Forwarding DNS means a third party sees every domain your network queries. Unbound resolves recursively from the root, so no single upstream provider has a complete picture of your DNS traffic. You also get full DNSSEC validation rather than trusting the forwarder's claim of validation.
Will this break if the Raspberry Pi goes offline?
Yes — all DNS on your network will fail, which means most internet browsing stops. Keep the Pi reliable with a quality power supply and a good SD card or USB SSD. For resilience, run a second Pi-hole instance and set it as the secondary DHCP DNS.
Can I run Pi-hole and Unbound on the same port 53?

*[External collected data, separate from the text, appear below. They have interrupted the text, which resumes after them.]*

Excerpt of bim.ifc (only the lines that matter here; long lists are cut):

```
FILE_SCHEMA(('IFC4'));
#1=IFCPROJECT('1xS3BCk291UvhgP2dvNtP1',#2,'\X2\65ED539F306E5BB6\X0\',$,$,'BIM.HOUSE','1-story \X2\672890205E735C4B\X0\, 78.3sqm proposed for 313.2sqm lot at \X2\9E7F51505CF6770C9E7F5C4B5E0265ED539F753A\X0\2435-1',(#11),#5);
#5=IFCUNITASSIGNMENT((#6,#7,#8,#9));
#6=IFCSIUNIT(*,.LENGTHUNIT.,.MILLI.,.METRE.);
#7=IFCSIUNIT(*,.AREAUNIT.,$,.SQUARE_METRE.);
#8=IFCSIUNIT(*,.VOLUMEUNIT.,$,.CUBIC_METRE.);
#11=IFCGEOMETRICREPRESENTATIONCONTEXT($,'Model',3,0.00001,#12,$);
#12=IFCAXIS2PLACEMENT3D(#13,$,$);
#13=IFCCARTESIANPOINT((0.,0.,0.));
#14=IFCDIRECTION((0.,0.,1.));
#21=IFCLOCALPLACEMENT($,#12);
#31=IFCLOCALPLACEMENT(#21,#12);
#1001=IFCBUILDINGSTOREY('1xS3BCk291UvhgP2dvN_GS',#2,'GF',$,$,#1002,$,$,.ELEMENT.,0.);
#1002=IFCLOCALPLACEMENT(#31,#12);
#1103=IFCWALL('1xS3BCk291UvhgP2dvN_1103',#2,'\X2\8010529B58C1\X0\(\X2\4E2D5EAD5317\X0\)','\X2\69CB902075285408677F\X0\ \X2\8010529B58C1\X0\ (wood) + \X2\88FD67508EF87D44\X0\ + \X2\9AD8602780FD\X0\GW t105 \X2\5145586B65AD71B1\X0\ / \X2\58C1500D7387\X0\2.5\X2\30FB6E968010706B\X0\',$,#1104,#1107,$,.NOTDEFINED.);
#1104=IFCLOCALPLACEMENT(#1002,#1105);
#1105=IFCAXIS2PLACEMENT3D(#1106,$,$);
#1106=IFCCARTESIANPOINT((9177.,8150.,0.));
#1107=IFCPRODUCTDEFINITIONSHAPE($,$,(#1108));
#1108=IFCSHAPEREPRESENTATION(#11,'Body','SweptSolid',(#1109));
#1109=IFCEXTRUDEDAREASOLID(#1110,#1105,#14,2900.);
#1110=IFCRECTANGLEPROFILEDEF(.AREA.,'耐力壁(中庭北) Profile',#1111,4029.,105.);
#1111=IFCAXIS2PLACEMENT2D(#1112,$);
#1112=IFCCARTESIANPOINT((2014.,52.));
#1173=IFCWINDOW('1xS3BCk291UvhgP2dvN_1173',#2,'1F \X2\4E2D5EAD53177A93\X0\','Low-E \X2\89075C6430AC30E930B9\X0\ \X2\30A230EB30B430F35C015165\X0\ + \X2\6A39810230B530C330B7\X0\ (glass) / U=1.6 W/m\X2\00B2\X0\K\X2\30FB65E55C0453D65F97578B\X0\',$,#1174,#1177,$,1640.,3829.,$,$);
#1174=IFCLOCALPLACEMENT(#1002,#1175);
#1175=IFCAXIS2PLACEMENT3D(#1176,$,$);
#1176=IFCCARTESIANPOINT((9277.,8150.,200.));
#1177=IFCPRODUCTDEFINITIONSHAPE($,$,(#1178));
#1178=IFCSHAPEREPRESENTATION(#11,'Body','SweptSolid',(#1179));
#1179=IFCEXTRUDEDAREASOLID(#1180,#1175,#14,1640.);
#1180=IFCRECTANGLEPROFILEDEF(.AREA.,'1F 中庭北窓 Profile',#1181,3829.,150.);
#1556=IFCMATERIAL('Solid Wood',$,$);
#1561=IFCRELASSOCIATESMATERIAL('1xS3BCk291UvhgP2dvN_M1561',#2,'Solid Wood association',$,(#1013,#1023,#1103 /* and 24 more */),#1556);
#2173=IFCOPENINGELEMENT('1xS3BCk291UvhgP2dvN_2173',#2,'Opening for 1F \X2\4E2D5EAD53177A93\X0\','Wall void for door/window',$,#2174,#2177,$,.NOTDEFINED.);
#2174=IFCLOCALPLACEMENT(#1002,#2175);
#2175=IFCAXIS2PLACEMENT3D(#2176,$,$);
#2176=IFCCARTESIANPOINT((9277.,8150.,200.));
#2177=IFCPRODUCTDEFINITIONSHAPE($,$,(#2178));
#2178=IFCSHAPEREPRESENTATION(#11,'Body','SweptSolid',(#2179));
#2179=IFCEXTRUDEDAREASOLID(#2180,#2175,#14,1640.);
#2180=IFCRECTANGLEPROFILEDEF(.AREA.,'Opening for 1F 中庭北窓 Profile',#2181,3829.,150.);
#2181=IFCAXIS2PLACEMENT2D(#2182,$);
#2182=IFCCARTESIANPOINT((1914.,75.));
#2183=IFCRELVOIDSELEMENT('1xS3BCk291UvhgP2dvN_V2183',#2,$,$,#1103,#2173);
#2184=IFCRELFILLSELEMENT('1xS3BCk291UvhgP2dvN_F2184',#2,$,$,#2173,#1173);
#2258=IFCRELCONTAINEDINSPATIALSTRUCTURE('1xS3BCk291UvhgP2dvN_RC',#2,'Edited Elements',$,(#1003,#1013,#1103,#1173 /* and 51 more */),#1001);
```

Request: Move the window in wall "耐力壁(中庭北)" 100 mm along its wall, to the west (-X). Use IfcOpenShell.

```python
import ifcopenshell
import ifcopenshell.api.geometry
import ifcopenshell.util.placement
import ifcopenshell.util.unit

model = ifcopenshell.open("bim.ifc")
unit_scale = ifcopenshell.util.unit.calculate_unit_scale(model)

window = model.by_id(1173)
opening = window.FillsVoids[0].RelatingOpeningElement
wall = opening.VoidsElements[0].RelatingBuildingElement

wall_matrix = ifcopenshell.util.placement.get_local_placement(wall.ObjectPlacement)
shift = wall_matrix[:3, 0] * -0.1 / unit_scale
before = ifcopenshell.util.placement.get_local_placement(window.ObjectPlacement)[:3, 3].copy()

# The window is not placed relative to its opening, so move both.
for product in (opening, window):
    matrix = ifcopenshell.util.placement.get_local_placement(product.ObjectPlacement)
    matrix[:3, 3] += shift
    ifcopenshell.api.geometry.edit_object_placement(model, product=product, matrix=matrix, is_si=False)

after = ifcopenshell.util.placement.get_local_placement(window.ObjectPlacement)[:3, 3]
print("window moved by", (after - before).round(3) + 0.0)

model.write("bim-out.ifc")
```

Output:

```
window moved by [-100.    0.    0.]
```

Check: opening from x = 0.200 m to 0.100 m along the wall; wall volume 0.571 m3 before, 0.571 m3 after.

No. Pi-hole's FTL process owns port 53. Unbound is intentionally configured on port 5335 here so the two services co-exist. Pi-hole intercepts client queries on 53, filters them, then forwards allowed queries to Unbound on 5335.
How do I whitelist a domain that Pi-hole is incorrectly blocking?
Use the web admin under Whitelist, or run: pihole -w yourdomain.com from the terminal. The change takes effect immediately without a restart.
Does this work with IPv6?
Pi-hole supports IPv6. The Unbound config above disables IPv6 (do-ip6: no) to keep things simple on networks where IPv6 is not configured. If your network uses IPv6, enable it in the Unbound config, add an IPv6 listen interface, and set the Pi-hole custom upstream to ::1#5335 in addition to the IPv4 entry.